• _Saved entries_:
»»

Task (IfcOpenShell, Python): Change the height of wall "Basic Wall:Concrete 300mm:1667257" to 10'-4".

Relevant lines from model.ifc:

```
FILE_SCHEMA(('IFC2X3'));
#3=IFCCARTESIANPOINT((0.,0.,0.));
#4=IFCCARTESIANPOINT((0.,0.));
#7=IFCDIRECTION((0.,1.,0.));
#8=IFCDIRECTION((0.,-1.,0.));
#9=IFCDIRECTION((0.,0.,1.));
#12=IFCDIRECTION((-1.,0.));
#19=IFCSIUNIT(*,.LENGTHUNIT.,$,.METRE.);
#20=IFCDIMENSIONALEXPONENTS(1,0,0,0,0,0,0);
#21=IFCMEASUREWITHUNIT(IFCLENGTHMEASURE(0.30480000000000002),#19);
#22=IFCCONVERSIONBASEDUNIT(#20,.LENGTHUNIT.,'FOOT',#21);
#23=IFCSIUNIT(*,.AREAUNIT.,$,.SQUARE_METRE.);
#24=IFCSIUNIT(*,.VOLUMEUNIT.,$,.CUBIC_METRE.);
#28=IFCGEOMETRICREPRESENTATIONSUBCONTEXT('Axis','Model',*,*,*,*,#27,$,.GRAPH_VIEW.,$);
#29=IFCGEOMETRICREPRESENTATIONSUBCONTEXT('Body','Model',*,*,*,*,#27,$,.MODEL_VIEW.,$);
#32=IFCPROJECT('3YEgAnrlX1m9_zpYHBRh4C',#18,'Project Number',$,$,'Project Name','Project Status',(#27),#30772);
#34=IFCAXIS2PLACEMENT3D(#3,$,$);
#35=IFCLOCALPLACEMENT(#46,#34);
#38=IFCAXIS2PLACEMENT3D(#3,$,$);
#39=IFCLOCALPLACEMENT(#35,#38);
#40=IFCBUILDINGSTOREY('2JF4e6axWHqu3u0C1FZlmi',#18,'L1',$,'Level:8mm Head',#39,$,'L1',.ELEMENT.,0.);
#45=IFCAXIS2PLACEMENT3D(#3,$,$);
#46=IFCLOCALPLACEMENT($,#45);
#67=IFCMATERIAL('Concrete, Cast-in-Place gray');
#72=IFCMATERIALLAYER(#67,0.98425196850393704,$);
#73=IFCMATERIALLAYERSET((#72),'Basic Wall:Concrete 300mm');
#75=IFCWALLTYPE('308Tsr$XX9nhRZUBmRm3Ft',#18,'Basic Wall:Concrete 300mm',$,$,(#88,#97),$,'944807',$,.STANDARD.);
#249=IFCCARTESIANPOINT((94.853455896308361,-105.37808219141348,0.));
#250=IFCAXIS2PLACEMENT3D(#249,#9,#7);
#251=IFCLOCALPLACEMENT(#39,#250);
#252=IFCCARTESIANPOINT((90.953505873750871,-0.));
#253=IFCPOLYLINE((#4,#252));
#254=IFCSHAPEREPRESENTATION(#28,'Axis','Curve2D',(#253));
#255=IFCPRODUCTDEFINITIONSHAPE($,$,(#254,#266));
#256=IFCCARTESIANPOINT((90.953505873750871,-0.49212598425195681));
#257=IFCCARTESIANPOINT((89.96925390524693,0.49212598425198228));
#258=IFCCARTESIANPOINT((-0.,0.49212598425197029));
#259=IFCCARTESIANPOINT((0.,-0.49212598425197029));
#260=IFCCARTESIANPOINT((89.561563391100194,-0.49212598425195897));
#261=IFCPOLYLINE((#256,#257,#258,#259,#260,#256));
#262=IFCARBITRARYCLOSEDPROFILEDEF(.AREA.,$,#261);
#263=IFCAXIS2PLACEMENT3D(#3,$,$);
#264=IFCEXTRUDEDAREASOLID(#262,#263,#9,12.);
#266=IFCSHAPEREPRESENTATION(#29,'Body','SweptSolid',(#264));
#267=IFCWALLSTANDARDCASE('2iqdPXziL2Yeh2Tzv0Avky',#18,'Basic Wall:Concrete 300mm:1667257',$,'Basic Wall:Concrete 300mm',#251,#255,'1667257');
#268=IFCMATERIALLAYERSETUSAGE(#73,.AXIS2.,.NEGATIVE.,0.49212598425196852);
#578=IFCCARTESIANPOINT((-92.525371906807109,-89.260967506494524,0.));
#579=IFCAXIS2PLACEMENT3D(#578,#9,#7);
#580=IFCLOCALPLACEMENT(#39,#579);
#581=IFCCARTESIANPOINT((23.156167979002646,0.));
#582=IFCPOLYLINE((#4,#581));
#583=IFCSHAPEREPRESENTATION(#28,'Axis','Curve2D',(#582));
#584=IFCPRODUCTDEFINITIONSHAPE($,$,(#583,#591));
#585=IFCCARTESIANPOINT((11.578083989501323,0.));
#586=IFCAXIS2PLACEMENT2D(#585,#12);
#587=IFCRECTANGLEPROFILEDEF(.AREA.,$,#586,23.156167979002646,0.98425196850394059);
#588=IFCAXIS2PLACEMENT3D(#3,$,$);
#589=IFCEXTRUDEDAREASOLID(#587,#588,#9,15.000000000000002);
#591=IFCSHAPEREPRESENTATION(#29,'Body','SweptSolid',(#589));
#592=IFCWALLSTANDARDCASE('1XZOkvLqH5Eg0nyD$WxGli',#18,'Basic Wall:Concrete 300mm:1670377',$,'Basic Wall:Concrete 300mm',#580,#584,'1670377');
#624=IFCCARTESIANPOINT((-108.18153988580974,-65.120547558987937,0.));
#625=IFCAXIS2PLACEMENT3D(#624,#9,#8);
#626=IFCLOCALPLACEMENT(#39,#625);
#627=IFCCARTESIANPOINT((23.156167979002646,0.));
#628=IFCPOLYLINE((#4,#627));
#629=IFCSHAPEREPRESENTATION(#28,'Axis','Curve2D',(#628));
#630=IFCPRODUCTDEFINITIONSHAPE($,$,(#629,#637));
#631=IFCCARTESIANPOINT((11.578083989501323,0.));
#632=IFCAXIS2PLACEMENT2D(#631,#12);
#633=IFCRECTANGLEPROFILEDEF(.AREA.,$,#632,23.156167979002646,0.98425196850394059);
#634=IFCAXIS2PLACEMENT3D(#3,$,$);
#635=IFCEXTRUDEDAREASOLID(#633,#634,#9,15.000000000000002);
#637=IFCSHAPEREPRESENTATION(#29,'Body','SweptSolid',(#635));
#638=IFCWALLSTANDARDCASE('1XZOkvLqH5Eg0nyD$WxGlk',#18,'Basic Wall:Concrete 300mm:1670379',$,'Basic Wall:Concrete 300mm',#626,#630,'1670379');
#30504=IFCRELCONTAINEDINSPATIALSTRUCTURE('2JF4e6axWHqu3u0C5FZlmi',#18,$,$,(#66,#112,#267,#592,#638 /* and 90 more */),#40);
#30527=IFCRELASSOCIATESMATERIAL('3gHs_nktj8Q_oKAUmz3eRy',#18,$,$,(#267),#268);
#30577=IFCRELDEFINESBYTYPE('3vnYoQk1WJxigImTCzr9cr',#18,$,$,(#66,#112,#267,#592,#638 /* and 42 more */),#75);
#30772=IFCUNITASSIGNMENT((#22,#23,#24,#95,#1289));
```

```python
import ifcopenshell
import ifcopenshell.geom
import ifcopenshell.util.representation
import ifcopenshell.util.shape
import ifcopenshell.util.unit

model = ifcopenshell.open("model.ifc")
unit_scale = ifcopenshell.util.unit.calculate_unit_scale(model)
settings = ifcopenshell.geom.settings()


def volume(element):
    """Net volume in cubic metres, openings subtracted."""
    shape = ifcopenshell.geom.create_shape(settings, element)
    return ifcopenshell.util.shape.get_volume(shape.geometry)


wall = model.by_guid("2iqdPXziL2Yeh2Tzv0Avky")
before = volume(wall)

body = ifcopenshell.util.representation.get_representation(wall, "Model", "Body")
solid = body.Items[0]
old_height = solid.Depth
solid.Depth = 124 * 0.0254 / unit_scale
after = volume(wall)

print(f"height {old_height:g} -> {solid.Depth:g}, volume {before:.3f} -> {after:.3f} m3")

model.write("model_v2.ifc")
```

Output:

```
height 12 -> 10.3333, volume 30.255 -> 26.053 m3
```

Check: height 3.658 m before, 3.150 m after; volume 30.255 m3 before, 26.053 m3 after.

««
»»

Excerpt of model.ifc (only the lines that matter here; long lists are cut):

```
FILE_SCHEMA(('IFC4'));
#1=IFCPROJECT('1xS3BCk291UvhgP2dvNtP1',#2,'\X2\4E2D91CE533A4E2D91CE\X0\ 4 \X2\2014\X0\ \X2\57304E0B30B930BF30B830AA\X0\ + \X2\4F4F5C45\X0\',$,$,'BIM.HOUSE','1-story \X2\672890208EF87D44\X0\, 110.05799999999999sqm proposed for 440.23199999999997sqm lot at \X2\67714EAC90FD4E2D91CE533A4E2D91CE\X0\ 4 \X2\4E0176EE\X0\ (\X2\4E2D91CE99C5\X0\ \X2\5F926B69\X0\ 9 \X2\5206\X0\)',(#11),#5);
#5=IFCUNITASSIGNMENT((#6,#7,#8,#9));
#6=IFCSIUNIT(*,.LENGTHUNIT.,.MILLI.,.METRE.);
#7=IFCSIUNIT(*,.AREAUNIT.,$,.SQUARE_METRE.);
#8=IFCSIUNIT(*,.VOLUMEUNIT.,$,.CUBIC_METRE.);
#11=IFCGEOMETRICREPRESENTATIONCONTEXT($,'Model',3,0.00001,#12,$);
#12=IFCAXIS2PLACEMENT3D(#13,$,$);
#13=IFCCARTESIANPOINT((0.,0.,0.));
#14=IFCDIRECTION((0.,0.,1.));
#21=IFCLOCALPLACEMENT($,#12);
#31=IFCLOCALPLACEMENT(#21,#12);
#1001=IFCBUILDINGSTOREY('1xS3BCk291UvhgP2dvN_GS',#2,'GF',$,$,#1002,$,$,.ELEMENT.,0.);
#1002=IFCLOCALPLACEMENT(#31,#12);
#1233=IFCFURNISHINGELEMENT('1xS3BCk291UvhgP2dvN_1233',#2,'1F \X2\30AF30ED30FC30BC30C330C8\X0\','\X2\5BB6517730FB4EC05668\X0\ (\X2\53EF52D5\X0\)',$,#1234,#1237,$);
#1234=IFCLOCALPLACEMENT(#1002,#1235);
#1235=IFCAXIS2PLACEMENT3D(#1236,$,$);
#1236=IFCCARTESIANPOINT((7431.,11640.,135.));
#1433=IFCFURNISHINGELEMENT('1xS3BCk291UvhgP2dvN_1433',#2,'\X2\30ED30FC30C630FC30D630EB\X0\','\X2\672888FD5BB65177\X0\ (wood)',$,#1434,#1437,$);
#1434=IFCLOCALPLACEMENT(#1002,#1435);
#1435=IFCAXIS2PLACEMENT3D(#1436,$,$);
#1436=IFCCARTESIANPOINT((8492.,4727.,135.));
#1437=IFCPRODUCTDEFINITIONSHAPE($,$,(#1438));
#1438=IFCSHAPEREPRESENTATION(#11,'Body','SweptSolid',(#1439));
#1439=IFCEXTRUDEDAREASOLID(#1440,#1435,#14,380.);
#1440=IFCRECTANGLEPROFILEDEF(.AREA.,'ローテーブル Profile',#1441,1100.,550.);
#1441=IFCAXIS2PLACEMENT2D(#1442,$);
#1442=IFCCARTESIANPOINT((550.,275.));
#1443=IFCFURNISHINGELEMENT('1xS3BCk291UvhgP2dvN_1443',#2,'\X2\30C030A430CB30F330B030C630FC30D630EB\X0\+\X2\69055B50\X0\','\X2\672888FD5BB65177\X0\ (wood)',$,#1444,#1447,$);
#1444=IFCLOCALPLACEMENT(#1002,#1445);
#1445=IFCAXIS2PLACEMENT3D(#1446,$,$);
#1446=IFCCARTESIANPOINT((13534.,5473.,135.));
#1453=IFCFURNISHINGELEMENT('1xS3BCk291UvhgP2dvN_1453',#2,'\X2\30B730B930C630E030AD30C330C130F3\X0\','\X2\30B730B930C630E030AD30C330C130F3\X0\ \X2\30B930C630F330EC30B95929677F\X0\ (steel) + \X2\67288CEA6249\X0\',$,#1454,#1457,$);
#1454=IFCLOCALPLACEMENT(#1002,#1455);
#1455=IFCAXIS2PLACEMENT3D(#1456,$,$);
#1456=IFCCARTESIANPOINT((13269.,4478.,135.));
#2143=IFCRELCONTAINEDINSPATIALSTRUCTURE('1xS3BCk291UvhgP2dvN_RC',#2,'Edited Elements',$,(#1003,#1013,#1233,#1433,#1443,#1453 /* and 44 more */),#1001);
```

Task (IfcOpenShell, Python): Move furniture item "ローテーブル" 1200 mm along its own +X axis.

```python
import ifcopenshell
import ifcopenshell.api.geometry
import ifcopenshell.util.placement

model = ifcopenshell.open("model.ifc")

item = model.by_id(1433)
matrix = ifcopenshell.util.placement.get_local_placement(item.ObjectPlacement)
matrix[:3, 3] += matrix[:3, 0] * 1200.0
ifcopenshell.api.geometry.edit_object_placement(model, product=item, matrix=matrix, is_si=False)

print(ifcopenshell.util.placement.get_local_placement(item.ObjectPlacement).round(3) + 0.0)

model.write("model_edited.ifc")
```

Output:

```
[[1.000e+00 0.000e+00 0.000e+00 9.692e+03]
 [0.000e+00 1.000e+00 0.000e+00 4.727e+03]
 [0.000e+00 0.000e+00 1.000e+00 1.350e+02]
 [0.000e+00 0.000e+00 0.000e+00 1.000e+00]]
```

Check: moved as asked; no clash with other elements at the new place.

««
»»

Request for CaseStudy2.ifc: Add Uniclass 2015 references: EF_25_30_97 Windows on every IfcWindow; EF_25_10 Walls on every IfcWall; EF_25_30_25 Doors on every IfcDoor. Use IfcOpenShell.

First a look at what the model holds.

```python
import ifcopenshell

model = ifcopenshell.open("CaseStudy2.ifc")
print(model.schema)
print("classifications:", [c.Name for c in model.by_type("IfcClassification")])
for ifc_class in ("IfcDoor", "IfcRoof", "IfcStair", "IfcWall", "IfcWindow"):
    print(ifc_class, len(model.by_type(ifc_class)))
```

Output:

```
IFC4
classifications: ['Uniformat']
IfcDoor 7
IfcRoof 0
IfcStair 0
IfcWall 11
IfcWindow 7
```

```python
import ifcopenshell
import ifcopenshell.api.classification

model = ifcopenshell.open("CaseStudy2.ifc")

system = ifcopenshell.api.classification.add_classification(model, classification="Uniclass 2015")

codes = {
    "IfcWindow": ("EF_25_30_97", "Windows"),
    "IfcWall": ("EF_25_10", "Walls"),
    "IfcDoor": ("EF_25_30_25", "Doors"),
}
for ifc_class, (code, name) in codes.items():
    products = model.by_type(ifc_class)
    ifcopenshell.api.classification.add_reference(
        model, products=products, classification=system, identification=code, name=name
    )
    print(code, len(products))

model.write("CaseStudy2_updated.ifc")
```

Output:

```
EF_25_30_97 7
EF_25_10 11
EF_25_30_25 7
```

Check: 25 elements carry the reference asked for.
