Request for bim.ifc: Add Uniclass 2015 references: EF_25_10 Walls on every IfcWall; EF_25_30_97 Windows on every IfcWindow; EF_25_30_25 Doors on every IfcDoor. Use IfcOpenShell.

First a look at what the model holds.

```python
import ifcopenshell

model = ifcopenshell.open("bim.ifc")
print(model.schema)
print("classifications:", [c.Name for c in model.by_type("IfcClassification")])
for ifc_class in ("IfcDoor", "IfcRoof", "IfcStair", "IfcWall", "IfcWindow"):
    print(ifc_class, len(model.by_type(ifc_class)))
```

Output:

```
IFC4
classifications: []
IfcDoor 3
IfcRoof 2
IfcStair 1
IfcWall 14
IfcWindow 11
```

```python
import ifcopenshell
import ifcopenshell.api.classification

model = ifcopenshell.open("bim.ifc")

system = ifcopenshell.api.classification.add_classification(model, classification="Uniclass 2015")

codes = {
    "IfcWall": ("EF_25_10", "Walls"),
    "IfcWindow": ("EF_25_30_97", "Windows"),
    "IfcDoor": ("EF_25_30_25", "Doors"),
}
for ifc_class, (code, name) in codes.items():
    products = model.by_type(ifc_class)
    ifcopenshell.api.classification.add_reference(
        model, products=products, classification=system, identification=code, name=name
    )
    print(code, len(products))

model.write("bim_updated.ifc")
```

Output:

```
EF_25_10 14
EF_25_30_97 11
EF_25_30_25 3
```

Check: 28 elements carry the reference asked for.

««

From the data above, determine how many lines hold "IFCGEOMETRICREPRESENTATIONSUBCONTEXT", and write only the number.

2